BEGIN DATASET CONTENT

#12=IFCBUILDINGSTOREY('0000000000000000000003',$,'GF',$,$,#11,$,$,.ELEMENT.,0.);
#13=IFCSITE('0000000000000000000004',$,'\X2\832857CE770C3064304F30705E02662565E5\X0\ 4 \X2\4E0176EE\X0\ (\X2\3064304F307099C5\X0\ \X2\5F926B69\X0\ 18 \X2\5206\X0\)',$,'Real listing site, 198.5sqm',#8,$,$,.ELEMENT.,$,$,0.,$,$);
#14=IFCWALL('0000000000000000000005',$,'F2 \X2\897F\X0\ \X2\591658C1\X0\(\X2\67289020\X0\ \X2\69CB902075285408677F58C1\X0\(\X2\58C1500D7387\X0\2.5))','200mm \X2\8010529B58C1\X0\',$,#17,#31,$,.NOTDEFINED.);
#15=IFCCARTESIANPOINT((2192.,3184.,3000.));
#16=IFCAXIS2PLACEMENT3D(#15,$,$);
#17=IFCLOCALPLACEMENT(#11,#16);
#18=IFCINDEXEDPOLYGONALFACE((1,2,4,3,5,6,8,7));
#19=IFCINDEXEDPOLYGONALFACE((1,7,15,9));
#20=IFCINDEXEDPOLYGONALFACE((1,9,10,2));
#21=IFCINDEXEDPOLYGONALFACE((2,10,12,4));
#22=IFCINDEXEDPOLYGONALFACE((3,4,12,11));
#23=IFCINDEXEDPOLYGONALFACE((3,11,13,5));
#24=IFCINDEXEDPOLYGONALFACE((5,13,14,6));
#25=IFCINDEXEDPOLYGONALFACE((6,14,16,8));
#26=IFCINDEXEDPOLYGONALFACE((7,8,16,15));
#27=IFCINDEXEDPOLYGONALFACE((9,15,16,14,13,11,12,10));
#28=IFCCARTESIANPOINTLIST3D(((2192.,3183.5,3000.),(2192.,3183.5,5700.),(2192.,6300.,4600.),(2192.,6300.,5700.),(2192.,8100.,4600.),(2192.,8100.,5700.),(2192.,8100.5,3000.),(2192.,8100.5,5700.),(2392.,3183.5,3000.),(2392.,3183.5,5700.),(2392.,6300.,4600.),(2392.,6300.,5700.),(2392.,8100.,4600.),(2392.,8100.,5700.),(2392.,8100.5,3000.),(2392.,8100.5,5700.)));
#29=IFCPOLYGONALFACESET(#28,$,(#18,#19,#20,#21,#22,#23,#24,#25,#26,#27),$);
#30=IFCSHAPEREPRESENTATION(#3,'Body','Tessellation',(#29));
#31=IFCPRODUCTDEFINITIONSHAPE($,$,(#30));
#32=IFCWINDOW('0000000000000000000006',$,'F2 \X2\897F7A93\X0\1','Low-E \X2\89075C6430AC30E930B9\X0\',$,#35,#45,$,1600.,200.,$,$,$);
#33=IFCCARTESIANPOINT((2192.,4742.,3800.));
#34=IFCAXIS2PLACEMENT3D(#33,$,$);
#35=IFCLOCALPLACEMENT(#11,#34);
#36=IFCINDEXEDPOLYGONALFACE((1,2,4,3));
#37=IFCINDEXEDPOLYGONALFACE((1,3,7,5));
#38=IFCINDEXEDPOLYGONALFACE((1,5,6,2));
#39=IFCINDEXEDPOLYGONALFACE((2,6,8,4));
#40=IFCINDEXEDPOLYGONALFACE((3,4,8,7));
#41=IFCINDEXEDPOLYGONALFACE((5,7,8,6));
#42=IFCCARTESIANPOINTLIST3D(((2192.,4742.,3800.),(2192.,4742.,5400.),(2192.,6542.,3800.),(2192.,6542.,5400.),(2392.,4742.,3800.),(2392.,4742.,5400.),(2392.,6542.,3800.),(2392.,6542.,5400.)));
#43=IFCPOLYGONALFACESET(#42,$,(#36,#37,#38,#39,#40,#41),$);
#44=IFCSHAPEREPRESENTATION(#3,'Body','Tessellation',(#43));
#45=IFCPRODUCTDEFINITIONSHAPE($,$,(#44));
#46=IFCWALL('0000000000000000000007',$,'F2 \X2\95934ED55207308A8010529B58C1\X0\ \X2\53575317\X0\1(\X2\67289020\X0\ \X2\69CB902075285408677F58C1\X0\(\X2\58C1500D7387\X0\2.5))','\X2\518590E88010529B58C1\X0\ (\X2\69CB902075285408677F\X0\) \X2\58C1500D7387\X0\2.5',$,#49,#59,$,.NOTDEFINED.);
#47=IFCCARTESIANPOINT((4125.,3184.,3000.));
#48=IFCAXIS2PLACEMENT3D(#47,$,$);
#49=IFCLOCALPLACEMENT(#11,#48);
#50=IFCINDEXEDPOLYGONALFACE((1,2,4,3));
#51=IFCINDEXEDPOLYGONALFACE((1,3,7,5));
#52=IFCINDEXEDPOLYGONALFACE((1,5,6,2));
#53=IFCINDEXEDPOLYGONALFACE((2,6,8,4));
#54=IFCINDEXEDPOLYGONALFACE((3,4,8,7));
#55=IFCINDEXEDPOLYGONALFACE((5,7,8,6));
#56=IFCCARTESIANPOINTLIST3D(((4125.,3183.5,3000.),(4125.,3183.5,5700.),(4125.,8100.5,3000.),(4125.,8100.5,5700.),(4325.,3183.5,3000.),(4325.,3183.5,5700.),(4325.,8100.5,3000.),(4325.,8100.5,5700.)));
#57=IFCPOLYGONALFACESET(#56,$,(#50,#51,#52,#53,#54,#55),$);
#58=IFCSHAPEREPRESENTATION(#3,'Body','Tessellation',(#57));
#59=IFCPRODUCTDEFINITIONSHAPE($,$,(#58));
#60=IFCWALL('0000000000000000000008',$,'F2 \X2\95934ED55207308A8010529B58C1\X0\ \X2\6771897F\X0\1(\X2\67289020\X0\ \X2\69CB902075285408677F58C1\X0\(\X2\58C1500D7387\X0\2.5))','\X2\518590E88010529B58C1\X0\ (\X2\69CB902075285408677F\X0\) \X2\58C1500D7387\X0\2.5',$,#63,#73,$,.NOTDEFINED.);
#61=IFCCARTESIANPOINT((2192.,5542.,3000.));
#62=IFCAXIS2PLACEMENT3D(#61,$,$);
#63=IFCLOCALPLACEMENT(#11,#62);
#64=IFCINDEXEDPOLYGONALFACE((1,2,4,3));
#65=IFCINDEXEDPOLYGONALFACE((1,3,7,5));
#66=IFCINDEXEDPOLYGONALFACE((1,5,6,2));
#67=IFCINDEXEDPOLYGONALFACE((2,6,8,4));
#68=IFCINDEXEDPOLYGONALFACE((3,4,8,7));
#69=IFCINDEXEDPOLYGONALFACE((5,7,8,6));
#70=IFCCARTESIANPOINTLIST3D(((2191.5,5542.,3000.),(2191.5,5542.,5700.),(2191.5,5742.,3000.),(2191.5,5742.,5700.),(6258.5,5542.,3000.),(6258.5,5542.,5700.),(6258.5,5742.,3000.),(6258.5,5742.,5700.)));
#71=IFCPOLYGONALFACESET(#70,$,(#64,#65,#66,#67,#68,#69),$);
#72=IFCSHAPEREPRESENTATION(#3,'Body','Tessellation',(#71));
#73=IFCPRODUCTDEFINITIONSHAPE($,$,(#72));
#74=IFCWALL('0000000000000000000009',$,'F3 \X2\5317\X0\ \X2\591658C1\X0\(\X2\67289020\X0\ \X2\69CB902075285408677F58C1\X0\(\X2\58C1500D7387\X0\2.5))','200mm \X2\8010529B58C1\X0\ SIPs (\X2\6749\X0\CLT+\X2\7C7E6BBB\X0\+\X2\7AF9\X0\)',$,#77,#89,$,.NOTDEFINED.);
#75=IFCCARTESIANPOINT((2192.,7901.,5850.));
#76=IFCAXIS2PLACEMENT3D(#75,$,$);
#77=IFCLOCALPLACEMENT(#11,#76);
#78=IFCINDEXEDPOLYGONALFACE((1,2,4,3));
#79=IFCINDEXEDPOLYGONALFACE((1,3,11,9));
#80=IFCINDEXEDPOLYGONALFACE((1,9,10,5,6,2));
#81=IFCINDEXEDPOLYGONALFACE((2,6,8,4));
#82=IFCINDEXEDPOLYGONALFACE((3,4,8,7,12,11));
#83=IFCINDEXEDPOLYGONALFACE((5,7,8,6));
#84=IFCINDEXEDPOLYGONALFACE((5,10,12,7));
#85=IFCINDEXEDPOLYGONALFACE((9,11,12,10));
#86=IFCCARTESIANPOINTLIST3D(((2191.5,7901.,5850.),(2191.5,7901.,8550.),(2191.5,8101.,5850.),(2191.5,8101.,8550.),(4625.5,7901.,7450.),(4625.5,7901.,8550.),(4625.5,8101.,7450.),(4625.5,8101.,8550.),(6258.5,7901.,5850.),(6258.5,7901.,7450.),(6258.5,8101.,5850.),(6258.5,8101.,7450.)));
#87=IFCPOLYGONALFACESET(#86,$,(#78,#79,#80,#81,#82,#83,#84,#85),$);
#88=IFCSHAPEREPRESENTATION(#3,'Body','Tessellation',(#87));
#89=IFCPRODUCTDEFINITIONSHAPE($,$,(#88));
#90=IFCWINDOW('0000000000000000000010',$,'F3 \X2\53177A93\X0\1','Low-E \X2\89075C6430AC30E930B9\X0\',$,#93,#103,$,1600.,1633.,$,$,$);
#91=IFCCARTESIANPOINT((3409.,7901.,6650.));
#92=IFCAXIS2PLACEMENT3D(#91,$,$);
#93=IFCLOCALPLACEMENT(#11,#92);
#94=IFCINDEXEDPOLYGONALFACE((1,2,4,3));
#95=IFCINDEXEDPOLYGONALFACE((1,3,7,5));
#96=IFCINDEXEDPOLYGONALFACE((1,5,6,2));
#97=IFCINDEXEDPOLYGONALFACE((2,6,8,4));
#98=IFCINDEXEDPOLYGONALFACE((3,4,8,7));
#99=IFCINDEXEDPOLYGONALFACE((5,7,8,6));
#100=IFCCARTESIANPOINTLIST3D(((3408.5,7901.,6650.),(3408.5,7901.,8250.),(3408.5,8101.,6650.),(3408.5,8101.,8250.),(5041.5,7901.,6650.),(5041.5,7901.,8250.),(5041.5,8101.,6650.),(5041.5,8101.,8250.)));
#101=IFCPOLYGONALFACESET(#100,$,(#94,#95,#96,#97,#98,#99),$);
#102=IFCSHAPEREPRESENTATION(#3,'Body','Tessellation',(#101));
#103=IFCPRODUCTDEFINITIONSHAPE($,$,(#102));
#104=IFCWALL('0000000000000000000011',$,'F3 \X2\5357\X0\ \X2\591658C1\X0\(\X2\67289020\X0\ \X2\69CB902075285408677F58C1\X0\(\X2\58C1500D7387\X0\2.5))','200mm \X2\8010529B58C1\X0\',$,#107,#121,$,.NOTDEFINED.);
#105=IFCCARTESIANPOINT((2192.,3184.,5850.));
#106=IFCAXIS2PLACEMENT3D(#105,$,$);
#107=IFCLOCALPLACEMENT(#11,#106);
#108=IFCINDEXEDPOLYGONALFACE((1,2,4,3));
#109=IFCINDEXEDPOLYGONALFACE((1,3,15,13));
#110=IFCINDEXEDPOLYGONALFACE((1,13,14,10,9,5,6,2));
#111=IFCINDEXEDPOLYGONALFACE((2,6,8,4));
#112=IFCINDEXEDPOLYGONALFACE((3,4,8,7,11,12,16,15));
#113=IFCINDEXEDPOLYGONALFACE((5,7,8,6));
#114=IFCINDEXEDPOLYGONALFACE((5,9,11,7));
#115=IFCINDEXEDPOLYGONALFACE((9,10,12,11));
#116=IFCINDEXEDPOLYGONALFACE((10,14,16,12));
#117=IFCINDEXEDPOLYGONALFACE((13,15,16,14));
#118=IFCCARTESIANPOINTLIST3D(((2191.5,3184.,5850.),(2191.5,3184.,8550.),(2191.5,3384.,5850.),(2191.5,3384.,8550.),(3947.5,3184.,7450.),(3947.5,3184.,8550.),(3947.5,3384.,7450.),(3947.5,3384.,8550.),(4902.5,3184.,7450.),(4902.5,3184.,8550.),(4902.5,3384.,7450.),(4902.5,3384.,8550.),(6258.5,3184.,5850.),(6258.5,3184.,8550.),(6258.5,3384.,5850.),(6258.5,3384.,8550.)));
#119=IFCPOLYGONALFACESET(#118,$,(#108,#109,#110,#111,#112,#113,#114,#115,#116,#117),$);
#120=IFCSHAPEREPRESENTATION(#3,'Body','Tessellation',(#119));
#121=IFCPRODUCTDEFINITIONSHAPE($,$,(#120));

END DATASET CONTENT

PROBLEM TO WORK ON:
When you reach the line holding "#72=IFCSHAPEREPRESENTATION(#3,'Body','Tessellation',(#71));" in the records above, begin reproducing exactly, stop after the line holding "#77=IFCLOCALPLACEMENT(#11,#76);", and output nothing else.

RESPONSE BOX:
#72=IFCSHAPEREPRESENTATION(#3,'Body','Tessellation',(#71));
#73=IFCPRODUCTDEFINITIONSHAPE($,$,(#72));
#74=IFCWALL('0000000000000000000009',$,'F3 \X2\5317\X0\ \X2\591658C1\X0\(\X2\67289020\X0\ \X2\69CB902075285408677F58C1\X0\(\X2\58C1500D7387\X0\2.5))','200mm \X2\8010529B58C1\X0\ SIPs (\X2\6749\X0\CLT+\X2\7C7E6BBB\X0\+\X2\7AF9\X0\)',$,#77,#89,$,.NOTDEFINED.);
#75=IFCCARTESIANPOINT((2192.,7901.,5850.));
#76=IFCAXIS2PLACEMENT3D(#75,$,$);
#77=IFCLOCALPLACEMENT(#11,#76);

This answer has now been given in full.